_WHAT YOU WILL DO_. The line with "#49=IFCINDEXEDPOLYGONALFACE((1,3,4,2));", the line with "#57=IFCPRODUCTDEFINITIONSHAPE($,$,(#56));", and all lines between them in the material below: return these exactly, and no others.

=======

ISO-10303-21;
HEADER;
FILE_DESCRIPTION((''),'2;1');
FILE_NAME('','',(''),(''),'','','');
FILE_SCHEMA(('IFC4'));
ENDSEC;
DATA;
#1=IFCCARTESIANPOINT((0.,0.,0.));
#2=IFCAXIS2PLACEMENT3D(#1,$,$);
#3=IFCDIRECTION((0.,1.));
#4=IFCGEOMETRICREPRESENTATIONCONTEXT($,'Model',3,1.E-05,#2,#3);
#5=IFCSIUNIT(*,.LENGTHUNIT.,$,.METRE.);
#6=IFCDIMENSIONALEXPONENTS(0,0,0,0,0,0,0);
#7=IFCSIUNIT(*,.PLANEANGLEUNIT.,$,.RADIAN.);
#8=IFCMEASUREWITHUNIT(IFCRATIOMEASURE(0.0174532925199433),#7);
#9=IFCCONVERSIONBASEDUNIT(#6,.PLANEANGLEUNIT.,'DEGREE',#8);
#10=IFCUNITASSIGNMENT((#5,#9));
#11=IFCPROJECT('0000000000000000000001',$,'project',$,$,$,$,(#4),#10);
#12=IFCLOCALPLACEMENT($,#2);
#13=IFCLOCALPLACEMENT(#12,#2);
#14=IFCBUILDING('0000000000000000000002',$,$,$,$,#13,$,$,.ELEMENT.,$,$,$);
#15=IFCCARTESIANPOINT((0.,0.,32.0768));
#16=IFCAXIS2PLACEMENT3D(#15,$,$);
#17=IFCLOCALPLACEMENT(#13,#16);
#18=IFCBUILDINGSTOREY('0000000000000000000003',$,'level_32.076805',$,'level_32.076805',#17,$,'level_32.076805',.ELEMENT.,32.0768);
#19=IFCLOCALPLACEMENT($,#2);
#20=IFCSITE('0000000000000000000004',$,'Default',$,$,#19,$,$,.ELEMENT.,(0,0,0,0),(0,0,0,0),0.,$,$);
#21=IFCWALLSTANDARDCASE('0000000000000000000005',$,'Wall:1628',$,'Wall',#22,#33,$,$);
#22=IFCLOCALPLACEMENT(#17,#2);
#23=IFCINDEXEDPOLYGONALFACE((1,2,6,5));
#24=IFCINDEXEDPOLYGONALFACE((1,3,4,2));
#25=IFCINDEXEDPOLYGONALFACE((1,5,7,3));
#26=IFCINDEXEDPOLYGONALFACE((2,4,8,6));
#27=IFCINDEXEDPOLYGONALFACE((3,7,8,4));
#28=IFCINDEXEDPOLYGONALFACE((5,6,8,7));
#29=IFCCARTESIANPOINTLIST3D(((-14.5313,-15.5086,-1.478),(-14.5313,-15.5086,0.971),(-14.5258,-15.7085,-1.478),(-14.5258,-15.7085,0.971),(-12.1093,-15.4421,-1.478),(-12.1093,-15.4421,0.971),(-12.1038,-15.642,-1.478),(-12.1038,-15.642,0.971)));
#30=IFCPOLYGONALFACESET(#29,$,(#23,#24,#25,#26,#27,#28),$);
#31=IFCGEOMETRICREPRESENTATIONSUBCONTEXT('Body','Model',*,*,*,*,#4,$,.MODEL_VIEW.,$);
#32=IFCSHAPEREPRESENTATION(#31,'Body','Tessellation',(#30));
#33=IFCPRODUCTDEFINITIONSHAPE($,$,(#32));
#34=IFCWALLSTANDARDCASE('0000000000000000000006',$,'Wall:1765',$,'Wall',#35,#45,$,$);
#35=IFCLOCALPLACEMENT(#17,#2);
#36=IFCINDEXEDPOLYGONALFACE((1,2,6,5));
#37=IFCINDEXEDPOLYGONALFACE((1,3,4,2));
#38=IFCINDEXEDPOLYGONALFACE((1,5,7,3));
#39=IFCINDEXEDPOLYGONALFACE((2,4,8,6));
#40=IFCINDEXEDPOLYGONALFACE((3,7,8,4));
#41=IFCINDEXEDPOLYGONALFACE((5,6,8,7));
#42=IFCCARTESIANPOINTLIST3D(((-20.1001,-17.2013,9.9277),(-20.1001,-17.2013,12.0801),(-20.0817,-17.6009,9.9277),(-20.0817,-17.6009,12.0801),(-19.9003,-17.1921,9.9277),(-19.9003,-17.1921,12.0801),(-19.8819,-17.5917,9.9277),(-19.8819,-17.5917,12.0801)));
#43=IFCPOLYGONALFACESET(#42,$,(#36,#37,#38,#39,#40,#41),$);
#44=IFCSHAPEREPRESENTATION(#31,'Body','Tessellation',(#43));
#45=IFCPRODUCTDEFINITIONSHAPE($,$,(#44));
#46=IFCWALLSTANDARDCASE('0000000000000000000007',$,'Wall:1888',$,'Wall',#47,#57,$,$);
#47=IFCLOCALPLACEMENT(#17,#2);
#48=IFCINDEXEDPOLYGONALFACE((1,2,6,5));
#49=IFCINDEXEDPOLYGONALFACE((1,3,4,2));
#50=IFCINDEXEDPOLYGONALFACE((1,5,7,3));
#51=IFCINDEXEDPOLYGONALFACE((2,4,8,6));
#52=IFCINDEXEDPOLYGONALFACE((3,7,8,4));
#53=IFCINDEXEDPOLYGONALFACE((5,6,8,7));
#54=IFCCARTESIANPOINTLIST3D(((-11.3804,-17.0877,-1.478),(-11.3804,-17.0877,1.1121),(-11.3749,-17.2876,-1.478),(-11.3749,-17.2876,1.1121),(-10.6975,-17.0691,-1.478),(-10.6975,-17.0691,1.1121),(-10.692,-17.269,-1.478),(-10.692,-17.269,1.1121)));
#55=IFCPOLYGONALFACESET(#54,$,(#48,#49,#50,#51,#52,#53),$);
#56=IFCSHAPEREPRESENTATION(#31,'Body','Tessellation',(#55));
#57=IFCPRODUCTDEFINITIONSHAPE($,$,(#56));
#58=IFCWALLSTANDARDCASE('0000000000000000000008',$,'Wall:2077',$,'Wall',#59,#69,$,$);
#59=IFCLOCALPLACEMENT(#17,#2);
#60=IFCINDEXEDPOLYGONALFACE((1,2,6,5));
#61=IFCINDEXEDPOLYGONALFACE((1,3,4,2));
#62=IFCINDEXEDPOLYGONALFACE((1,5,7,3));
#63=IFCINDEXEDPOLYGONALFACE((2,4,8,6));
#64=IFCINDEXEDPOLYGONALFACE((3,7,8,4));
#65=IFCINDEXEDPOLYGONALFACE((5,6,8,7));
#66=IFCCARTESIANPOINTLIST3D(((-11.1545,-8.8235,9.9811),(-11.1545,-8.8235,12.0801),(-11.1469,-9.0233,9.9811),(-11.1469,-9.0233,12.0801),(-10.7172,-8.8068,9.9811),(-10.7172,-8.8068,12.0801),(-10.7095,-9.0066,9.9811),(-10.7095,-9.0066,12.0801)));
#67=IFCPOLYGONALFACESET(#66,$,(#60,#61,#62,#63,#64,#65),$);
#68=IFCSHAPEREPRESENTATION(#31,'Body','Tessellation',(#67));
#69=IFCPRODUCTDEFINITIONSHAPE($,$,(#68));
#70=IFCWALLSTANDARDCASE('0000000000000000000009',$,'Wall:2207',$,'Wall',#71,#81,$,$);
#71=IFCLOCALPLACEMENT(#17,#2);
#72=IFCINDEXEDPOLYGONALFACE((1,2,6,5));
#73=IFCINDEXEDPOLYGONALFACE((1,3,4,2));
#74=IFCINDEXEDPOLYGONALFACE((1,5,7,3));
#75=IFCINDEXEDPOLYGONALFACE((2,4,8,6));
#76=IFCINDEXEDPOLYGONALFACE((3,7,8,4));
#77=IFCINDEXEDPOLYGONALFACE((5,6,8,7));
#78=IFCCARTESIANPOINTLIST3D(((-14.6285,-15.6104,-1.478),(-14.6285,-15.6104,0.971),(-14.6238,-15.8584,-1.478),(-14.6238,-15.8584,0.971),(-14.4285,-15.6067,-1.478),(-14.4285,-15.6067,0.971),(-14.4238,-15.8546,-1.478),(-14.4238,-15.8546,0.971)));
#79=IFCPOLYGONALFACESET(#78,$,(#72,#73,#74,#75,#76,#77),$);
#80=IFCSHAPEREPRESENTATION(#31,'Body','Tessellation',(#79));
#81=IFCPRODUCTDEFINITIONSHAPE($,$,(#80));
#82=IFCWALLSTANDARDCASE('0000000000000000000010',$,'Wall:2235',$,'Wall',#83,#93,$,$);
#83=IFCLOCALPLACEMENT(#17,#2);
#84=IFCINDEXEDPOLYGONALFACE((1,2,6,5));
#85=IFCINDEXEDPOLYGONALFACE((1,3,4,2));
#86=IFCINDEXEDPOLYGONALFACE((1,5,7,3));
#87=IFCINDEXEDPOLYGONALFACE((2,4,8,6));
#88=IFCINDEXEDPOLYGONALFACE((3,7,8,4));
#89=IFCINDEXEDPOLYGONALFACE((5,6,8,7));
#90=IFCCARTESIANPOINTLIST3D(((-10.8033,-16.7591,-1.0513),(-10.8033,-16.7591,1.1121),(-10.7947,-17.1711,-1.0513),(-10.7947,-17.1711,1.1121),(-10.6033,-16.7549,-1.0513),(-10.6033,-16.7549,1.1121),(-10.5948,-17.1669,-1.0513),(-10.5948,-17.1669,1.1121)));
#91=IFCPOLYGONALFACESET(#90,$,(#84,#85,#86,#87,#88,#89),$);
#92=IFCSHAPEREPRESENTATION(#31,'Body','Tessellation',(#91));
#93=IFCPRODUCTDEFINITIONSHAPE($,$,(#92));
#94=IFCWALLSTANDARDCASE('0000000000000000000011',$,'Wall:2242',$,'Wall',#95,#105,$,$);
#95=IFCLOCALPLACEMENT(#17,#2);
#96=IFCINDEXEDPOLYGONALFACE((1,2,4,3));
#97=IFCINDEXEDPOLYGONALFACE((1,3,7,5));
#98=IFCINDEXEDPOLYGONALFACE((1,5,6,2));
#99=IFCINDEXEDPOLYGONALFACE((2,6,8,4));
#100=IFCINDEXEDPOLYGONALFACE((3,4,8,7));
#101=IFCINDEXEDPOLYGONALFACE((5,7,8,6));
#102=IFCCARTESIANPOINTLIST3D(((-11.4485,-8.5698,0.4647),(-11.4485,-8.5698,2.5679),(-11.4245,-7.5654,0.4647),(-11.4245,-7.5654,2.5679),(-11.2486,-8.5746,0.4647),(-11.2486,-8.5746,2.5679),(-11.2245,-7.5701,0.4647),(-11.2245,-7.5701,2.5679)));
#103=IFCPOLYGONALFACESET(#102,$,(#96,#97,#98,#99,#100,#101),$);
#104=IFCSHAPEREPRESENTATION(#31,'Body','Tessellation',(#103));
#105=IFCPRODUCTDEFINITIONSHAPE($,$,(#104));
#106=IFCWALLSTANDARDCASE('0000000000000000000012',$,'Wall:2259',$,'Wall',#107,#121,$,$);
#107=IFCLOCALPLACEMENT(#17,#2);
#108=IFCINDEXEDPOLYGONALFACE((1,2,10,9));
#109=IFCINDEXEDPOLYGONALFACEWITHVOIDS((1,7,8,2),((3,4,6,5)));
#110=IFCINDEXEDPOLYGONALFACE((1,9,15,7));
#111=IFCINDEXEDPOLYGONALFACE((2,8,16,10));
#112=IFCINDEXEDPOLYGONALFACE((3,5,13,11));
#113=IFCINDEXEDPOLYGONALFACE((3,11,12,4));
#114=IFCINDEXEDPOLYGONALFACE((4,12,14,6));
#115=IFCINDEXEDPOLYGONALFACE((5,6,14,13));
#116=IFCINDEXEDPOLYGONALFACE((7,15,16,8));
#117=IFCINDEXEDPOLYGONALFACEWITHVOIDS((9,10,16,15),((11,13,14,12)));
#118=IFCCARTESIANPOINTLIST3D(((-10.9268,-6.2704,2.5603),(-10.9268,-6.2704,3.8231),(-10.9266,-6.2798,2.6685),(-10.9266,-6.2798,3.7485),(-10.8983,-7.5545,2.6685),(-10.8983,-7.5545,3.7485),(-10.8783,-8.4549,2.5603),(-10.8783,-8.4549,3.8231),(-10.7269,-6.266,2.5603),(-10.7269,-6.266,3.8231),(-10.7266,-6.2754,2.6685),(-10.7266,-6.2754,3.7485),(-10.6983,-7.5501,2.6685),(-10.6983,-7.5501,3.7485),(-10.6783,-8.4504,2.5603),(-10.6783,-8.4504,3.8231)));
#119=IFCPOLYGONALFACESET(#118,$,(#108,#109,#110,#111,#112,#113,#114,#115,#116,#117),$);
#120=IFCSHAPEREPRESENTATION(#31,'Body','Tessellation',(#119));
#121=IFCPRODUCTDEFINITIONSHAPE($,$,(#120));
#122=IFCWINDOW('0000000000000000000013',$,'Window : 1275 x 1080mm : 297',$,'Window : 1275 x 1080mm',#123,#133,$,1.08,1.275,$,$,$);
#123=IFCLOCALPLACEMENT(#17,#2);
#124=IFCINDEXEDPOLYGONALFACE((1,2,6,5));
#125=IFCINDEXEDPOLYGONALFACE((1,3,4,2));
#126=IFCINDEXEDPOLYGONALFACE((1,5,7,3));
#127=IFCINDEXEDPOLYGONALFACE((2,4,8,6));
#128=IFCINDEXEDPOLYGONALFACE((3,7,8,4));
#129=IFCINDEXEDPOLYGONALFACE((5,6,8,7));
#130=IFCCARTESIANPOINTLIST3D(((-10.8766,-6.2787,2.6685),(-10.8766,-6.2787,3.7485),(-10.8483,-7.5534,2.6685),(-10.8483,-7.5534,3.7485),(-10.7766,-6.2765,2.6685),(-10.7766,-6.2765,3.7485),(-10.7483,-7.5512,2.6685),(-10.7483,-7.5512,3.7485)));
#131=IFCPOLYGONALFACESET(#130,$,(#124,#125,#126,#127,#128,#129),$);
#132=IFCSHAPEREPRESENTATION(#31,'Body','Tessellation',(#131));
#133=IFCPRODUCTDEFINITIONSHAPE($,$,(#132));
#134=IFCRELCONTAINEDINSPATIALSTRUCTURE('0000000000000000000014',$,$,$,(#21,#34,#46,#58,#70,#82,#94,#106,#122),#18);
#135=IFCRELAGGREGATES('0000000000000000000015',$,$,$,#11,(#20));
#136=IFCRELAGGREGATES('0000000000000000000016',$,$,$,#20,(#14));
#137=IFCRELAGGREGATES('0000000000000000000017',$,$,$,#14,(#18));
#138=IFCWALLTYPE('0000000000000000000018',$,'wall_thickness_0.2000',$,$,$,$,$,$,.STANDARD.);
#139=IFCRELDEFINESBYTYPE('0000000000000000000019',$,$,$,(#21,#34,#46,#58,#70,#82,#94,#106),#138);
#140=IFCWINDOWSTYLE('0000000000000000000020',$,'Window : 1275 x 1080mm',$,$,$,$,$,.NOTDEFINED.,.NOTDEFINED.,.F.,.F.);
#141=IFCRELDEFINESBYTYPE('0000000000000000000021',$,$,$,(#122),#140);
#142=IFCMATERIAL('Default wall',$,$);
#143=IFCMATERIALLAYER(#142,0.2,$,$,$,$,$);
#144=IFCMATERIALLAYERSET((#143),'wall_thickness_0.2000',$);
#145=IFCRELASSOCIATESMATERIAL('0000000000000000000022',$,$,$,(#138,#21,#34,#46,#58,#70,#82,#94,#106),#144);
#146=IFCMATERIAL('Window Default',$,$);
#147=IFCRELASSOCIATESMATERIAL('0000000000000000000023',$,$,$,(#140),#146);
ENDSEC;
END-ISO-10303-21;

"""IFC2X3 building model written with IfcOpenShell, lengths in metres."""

from ifc_helpers import new_model, entity, si_unit, converted_unit, direction, frame, frame_2d, origin, origin_2d_with_axis, place, context, subcontext, project, spatial, polyline, rectangle, outline, extrude, source, transform, mapped, material, layer, layer_set, layer_usage, type_object, type_shapes, element, fill, save


model = new_model("IFC2X3")

# Units and contexts
model_context = context("Model", 3, precision=1e-05, world=origin(), true_north=direction((0.0, 1.0)))
body_context = subcontext(model_context, "Body", "Model", "MODEL_VIEW")
ifc_project = project(units=[si_unit("LENGTHUNIT", "METRE"), converted_unit("PLANEANGLEUNIT", "DEGREE", entity("IfcRatioMeasure", 0.0174532925199433), si_unit("PLANEANGLEUNIT", "RADIAN"), dimensions=[0, 0, 0, 0, 0, 0, 0])], contexts=[model_context])

# Site, building, storey
site_placement = place(None, origin())
site = spatial("IfcSite", under=ifc_project, at=site_placement, Name="Default", CompositionType="ELEMENT", RefLatitude=(0, 0, 0, 0), RefLongitude=(0, 0, 0, 0), RefElevation=0.0)
placement_1 = place(None, origin())
building_placement = place(placement_1, origin())
building = spatial("IfcBuilding", under=site, at=building_placement, CompositionType="ELEMENT")
storey_placement = place(building_placement, frame((0.0, 0.0, 32.0768)))
storey = spatial("IfcBuildingStorey", under=building, at=storey_placement, Name="level_32.076805", ObjectType="level_32.076805", LongName="level_32.076805", CompositionType="ELEMENT", Elevation=32.0768)

# Shared definitions
ifc_material_1 = material(Name="Default wall")
ifc_layer = layer(ifc_material_1, 0.2)
ifc_layer_set = layer_set([ifc_layer], Name="wall_thickness_0.2000")
ifc_layer_usage = layer_usage(ifc_layer_set, "AXIS2", "POSITIVE", -0.1)
wall_type = type_object("IfcWallType", Name="wall_thickness_0.2000", PredefinedType="STANDARD", material=ifc_layer_set)

# Shared definitions
ifc_material_2 = material(Name="Window Default")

=======

_EXPECTED ANSWER_.
#49=IFCINDEXEDPOLYGONALFACE((1,3,4,2));
#50=IFCINDEXEDPOLYGONALFACE((1,5,7,3));
#51=IFCINDEXEDPOLYGONALFACE((2,4,8,6));
#52=IFCINDEXEDPOLYGONALFACE((3,7,8,4));
#53=IFCINDEXEDPOLYGONALFACE((5,6,8,7));
#54=IFCCARTESIANPOINTLIST3D(((-11.3804,-17.0877,-1.478),(-11.3804,-17.0877,1.1121),(-11.3749,-17.2876,-1.478),(-11.3749,-17.2876,1.1121),(-10.6975,-17.0691,-1.478),(-10.6975,-17.0691,1.1121),(-10.692,-17.269,-1.478),(-10.692,-17.269,1.1121)));
#55=IFCPOLYGONALFACESET(#54,$,(#48,#49,#50,#51,#52,#53),$);
#56=IFCSHAPEREPRESENTATION(#31,'Body','Tessellation',(#55));
#57=IFCPRODUCTDEFINITIONSHAPE($,$,(#56));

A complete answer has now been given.